Apache Tika Plugin

  • Tags: analysis
  • Latest: 1.3.0.1
  • Last Updated: 03 May 2013
  • Grails version: 2.0 > *
2 votes
Dependency:
compile ":tika-parser:1.3.0.1"

 Documentation  Source  Issues

Summary

Bundles the Apache Tika along with a parser service.

Installation

grails install-plugin tika-parser

Description

Apache Tika is a toolkit to extract content and metadata from many different file formats like MS Word or Excel, which are difficult to parse without the right libraries.

The tikaParser plugin provides an artifact 'tikaService', which offers a simple parseFile method to retrieve an XHTML representation of the given file containing both metadata and content.

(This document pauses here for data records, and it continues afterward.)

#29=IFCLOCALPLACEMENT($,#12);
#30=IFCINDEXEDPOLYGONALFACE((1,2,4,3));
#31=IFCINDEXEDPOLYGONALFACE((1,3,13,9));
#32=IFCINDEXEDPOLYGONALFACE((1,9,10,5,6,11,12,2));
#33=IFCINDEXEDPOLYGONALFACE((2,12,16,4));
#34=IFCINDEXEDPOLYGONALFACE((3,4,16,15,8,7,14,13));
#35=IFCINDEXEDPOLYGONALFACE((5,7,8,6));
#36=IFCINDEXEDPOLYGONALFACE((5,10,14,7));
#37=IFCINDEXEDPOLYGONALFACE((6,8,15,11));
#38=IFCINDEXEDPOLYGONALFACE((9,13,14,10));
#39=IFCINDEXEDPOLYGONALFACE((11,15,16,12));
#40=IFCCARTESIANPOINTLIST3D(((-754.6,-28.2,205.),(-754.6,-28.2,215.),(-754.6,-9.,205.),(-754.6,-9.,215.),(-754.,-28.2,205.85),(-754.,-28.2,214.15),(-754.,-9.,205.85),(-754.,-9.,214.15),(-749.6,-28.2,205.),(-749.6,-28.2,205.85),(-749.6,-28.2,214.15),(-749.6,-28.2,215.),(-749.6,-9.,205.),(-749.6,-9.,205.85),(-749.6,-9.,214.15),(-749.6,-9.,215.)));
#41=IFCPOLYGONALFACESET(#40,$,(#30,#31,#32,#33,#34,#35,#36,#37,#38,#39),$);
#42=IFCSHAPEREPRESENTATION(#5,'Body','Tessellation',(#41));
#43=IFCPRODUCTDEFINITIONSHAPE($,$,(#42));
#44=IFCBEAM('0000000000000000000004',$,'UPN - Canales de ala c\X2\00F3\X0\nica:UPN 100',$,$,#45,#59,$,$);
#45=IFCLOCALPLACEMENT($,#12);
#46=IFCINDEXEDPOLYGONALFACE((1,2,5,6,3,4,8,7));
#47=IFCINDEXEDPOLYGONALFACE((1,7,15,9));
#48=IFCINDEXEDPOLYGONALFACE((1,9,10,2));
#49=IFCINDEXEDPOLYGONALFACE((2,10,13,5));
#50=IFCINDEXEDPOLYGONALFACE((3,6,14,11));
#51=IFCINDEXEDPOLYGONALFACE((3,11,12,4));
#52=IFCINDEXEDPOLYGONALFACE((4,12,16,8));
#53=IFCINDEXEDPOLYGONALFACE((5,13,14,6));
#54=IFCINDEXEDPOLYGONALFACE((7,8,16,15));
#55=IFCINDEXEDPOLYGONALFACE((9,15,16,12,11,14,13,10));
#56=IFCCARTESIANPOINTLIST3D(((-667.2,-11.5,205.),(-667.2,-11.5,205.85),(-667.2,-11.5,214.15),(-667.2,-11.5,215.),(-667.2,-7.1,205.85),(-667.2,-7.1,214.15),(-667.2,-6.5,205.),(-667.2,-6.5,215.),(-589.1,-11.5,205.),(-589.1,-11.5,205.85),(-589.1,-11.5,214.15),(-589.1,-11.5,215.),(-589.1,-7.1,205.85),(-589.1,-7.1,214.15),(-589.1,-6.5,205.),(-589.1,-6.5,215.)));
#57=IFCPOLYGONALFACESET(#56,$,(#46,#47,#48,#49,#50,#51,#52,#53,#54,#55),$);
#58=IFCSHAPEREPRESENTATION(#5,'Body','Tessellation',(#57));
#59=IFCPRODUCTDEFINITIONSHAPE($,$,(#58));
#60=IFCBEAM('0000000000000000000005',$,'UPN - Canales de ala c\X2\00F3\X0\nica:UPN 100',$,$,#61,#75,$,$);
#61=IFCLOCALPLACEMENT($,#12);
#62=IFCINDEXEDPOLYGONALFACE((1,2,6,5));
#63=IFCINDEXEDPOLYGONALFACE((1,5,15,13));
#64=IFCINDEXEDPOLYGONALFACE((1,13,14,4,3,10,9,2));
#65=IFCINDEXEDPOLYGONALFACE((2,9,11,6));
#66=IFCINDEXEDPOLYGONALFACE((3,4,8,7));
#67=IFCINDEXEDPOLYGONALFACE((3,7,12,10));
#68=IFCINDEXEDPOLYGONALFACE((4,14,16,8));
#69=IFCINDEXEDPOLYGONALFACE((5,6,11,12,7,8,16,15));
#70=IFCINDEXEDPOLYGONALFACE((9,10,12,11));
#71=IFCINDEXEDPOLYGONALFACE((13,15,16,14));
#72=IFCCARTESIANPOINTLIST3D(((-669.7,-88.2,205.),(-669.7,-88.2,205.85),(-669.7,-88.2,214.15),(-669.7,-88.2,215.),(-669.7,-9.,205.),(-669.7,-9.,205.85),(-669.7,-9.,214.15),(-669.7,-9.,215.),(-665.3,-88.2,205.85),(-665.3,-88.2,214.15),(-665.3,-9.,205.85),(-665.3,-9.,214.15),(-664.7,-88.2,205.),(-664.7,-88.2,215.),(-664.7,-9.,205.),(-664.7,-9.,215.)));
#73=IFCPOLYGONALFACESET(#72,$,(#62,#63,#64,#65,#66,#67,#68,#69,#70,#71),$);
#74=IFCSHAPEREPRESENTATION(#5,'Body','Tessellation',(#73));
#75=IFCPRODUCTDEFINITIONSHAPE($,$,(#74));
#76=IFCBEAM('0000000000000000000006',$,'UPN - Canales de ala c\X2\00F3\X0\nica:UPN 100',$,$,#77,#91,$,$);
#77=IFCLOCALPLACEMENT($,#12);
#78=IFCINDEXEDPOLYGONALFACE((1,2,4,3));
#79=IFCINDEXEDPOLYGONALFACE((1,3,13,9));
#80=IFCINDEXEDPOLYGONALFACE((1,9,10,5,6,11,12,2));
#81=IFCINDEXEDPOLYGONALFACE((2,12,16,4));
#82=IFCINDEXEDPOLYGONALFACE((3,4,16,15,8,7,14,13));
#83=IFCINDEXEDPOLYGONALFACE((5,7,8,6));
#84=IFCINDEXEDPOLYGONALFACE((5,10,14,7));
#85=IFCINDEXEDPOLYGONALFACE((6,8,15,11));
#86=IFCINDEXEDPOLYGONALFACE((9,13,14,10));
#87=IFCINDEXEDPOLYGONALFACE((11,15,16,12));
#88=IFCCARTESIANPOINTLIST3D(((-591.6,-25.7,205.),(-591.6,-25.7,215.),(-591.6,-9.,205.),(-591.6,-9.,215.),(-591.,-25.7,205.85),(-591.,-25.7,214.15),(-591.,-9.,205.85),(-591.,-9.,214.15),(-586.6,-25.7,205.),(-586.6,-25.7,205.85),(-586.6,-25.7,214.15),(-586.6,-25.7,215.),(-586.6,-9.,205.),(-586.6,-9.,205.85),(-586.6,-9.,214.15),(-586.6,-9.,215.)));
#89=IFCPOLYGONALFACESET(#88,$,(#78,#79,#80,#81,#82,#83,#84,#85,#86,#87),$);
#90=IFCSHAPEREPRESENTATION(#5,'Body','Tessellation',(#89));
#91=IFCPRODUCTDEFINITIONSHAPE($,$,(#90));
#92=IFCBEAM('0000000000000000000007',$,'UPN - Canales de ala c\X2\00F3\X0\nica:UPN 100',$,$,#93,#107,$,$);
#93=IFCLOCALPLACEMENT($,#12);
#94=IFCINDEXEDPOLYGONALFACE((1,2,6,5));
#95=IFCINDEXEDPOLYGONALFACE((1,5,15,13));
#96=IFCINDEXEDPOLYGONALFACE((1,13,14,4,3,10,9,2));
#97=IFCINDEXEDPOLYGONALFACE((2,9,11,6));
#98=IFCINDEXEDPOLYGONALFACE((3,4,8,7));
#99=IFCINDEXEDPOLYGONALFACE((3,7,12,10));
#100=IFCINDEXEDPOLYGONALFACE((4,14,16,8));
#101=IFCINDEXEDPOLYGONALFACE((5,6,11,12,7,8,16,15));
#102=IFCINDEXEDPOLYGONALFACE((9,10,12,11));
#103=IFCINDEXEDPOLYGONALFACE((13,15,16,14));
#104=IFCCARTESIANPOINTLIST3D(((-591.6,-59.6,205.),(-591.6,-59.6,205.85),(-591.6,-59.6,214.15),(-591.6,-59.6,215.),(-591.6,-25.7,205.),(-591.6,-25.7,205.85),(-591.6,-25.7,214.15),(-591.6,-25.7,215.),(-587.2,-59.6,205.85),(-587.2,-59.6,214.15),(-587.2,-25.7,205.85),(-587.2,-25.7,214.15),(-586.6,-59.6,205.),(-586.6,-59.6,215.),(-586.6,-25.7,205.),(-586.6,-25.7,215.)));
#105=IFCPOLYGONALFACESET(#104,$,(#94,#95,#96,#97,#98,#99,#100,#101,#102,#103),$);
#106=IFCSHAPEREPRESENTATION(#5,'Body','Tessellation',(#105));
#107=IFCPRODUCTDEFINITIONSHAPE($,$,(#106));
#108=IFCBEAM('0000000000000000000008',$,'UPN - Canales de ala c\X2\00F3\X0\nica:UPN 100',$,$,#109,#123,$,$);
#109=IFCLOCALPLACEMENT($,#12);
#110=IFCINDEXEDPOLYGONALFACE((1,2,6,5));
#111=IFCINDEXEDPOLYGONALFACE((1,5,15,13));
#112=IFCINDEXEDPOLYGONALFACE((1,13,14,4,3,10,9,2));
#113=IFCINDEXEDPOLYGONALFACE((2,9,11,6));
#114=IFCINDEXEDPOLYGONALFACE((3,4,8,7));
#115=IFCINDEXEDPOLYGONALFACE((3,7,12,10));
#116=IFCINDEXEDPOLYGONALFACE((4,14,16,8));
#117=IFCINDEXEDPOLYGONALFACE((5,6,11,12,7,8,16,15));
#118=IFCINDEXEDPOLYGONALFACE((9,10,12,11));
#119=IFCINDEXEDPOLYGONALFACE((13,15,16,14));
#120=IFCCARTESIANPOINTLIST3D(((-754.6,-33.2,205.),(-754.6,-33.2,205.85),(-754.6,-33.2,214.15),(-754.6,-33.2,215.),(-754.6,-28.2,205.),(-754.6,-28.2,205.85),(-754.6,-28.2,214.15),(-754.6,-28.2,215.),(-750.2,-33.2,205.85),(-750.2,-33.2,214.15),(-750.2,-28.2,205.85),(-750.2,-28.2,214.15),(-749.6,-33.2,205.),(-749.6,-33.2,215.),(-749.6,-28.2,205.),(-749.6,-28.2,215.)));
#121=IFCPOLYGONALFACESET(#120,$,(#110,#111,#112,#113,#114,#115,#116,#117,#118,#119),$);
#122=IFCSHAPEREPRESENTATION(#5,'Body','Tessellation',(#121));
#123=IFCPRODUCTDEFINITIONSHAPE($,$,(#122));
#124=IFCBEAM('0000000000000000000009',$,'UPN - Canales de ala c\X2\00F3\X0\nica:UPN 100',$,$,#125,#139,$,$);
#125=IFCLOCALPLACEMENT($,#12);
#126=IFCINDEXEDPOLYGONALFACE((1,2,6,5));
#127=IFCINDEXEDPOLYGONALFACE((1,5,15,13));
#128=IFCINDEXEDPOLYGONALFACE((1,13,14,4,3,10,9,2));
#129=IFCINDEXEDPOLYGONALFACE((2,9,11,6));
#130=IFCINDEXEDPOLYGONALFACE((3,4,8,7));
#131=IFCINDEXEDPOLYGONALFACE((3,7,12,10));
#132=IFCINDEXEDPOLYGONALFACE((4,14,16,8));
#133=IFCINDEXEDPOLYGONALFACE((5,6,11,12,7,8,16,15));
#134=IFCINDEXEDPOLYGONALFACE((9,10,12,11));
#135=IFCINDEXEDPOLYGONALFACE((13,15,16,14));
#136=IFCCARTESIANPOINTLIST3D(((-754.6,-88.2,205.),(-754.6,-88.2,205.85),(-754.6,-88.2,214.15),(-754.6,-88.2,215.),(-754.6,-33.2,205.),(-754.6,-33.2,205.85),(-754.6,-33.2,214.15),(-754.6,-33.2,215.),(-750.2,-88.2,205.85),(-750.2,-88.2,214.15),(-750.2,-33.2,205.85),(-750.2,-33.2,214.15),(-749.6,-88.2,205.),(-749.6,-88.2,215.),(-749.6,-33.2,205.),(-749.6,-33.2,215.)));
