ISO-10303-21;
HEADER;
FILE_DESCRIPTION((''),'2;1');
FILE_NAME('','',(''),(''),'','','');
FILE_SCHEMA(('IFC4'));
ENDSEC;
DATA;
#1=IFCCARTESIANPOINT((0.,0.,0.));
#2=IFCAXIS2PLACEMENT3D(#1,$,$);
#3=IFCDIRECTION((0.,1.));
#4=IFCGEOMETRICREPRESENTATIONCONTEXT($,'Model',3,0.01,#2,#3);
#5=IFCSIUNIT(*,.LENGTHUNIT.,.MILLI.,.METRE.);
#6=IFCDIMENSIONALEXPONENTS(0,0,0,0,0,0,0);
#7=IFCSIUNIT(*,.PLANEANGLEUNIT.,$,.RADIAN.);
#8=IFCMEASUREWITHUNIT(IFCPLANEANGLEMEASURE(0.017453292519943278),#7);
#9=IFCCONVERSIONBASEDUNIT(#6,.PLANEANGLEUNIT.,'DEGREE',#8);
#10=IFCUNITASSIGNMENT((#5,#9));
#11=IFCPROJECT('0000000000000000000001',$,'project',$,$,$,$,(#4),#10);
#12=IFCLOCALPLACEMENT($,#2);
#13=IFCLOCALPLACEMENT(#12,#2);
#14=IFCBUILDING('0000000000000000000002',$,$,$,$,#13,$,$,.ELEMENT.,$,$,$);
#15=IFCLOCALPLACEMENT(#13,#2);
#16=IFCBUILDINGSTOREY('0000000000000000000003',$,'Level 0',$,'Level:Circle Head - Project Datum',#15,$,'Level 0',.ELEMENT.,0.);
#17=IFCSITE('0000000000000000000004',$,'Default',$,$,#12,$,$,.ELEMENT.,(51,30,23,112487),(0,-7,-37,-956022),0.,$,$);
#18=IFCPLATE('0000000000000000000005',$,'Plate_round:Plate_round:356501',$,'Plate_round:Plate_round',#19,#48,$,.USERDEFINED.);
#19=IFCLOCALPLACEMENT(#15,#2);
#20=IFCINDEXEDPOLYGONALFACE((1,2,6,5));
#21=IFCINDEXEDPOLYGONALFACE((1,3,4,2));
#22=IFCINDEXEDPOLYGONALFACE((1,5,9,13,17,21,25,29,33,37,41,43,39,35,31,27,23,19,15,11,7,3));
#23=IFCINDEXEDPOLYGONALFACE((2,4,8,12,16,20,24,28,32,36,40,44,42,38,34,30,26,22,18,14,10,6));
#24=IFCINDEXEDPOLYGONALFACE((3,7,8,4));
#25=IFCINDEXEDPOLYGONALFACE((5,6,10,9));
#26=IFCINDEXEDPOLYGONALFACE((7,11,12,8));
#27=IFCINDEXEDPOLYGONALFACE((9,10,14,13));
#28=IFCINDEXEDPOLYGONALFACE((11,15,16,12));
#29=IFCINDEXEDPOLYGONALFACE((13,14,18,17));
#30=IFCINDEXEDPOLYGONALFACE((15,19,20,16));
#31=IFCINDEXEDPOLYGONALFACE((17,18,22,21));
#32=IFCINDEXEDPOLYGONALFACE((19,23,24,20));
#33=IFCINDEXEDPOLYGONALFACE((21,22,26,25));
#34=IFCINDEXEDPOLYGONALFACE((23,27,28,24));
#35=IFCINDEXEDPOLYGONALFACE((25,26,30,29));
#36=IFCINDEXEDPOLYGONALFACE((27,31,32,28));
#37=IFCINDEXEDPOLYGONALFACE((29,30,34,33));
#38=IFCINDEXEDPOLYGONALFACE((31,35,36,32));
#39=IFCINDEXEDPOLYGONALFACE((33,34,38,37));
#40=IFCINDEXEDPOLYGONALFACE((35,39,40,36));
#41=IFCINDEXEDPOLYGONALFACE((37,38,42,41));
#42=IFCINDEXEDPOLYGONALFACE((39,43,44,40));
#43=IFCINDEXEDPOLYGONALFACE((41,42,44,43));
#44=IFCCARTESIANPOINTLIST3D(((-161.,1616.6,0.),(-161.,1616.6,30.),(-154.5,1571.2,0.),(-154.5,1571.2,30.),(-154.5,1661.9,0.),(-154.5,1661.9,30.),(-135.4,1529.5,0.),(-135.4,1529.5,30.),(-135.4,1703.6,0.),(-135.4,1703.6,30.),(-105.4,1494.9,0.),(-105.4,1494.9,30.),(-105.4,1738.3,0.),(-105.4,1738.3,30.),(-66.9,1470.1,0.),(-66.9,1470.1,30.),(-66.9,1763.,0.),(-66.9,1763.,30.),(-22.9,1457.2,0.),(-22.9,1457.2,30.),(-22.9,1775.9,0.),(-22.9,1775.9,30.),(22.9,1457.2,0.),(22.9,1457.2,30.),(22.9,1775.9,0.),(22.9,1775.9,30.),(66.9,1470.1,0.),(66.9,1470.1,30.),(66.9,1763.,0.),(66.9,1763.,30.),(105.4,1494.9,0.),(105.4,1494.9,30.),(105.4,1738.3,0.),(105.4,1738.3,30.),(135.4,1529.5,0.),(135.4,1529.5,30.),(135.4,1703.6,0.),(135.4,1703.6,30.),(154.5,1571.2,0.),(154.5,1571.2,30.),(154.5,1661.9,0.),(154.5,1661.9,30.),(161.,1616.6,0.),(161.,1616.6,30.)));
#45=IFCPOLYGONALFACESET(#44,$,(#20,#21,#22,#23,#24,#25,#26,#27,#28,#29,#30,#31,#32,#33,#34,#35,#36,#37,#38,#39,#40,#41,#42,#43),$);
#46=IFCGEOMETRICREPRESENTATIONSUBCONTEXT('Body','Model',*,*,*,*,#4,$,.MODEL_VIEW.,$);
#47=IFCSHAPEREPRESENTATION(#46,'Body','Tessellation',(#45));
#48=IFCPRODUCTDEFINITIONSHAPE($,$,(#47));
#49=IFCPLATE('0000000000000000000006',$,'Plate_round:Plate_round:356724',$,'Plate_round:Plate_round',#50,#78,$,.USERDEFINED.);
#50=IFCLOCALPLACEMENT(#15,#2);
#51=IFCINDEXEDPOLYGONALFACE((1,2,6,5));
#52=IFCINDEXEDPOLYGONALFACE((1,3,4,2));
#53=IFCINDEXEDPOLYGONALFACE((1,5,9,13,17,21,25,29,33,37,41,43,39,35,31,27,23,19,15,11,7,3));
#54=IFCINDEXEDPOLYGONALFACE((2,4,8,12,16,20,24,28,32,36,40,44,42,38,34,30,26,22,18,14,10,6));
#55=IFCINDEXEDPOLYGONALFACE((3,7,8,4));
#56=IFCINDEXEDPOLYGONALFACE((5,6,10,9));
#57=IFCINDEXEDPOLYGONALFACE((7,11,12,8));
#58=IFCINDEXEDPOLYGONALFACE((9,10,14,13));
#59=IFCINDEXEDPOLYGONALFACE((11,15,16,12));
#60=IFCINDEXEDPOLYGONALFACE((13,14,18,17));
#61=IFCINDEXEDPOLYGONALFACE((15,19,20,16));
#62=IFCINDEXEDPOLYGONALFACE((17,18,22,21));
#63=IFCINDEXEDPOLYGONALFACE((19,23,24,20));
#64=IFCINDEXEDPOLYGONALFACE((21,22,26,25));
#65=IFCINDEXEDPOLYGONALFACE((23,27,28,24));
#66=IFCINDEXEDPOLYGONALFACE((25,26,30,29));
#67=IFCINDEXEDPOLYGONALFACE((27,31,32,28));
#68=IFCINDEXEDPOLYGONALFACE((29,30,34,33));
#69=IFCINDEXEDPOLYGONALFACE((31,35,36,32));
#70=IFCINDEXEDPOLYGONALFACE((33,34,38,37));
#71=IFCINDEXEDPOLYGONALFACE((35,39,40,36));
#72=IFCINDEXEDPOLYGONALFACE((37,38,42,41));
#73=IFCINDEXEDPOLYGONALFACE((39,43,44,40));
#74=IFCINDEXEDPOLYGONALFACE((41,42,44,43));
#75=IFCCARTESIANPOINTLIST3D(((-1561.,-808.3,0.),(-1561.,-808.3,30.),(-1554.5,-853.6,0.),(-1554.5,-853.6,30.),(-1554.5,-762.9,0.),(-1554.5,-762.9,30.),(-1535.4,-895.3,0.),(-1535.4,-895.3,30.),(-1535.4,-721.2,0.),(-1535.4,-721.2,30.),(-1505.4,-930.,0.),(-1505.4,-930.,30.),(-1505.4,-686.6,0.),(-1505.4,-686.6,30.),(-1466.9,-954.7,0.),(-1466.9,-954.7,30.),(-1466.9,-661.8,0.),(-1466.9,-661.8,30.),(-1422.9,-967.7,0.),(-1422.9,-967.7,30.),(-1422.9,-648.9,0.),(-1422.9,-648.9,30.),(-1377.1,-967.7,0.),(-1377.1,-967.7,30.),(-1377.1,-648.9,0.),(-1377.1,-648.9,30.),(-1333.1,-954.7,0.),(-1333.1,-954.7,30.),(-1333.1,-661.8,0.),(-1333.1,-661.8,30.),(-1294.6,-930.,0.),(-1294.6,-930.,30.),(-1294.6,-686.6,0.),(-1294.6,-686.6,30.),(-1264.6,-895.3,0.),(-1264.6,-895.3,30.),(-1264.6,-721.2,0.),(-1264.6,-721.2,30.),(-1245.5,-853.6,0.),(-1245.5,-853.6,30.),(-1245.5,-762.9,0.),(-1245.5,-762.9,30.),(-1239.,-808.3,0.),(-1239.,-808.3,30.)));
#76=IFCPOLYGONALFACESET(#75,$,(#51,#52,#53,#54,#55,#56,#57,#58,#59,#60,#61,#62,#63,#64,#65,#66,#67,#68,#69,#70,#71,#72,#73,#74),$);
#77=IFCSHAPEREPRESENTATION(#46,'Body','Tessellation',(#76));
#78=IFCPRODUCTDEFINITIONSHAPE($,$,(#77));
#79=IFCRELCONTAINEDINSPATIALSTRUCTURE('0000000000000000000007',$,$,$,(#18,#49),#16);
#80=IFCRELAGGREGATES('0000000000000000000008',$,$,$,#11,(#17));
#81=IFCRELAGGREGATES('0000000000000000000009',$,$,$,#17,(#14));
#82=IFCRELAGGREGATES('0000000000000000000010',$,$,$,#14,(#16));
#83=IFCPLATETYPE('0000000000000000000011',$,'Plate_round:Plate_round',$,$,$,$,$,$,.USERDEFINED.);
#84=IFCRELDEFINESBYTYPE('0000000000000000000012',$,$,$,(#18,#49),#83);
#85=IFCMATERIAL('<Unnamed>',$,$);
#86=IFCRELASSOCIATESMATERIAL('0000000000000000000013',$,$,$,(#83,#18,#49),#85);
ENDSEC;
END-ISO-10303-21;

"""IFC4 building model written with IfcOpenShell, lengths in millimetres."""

from ifc_helpers import new_model, entity, si_unit, converted_unit, direction, frame, origin, place, context, subcontext, project, spatial, arc, indexed_curve, outline, extrude, source, transform, mapped, material, type_object, type_shapes, element, save


model = new_model("IFC4")

# Units and contexts
model_context = context("Model", 3, precision=0.01, world=origin(), true_north=direction((0.0, 1.0)))
body_context = subcontext(model_context, "Body", "Model", "MODEL_VIEW")
ifc_project = project(units=[si_unit("LENGTHUNIT", "METRE", prefix="MILLI"), converted_unit("PLANEANGLEUNIT", "DEGREE", entity("IfcPlaneAngleMeasure", 0.017453292519943278), si_unit("PLANEANGLEUNIT", "RADIAN"), dimensions=[0, 0, 0, 0, 0, 0, 0])], contexts=[model_context])

# Site, building, storey
site_placement = place(None, origin())
site = spatial("IfcSite", under=ifc_project, at=site_placement, Name="Default", CompositionType="ELEMENT", RefLatitude=(51, 30, 23, 112487), RefLongitude=(0, -7, -37, -956022), RefElevation=0.0)
building_placement = place(site_placement, origin())
building = spatial("IfcBuilding", under=site, at=building_placement, CompositionType="ELEMENT")
storey_placement = place(building_placement, origin())
storey = spatial("IfcBuildingStorey", under=building, at=storey_placement, Name="Level 0", ObjectType="Level:Circle Head - Project Datum", LongName="Level 0", CompositionType="ELEMENT", Elevation=0.0)

# Plates
ifc_material_1 = material(Name="<Unnamed>")
plate_type = type_object("IfcPlateType", Name="Plate_round:Plate_round", PredefinedType="USERDEFINED", material=ifc_material_1)
shared_shape_1 = source(origin(), body_context, "Body", "SweptSolid", [
    extrude(outline(indexed_curve([(-161.0, 0.0), (0.0, -161.0), (161.0, 0.0), (0.0, 161.0)], segments=[arc(1, 2, 3), arc(3, 4, 1)], self_intersect=False)), origin(), (0.0, 0.0, 1.0), 30.0),
])
type_shapes(plate_type, [shared_shape_1])
for number, where, name in (
    (1, (0.0, 1616.6, 0.0), "Plate_round:Plate_round:356501"),
    (2, (-1400.0, -808.3, 0.0), "Plate_round:Plate_round:356724"),
):
    element("IfcPlate", number, at=place(storey_placement, frame(where)), inside=storey, type_object=plate_type, material=ifc_material_1, Name=name, ObjectType="Plate_round:Plate_round", PredefinedType="USERDEFINED", context=body_context, shape_type="MappedRepresentation", body=[
        mapped(shared_shape_1, transform((0.0, 0.0, 0.0), scale=1.0)),
    ])

save(model, "model.ifc")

Note: this plugin downloads 'all the things' that Tika depends on - which will increase your application's war size by about 10-30 MByte. But it saves you a huge amount of pain, trying to handle a lot of different file formats on your own and managing the individual parser libraries required to read them.

Usage scenario

This plugin is used by the open source Cinnamon CMS in combination with Apache Lucene to index the content of all kind of documents and provide powerful search capabilities. For example, with the XHTML representation of a MS Word file, you can define XPath based index items to index headlines and content separately. Then, a user may search for a word document containing a headline with the word "Tika" and the word "Grails" in the content.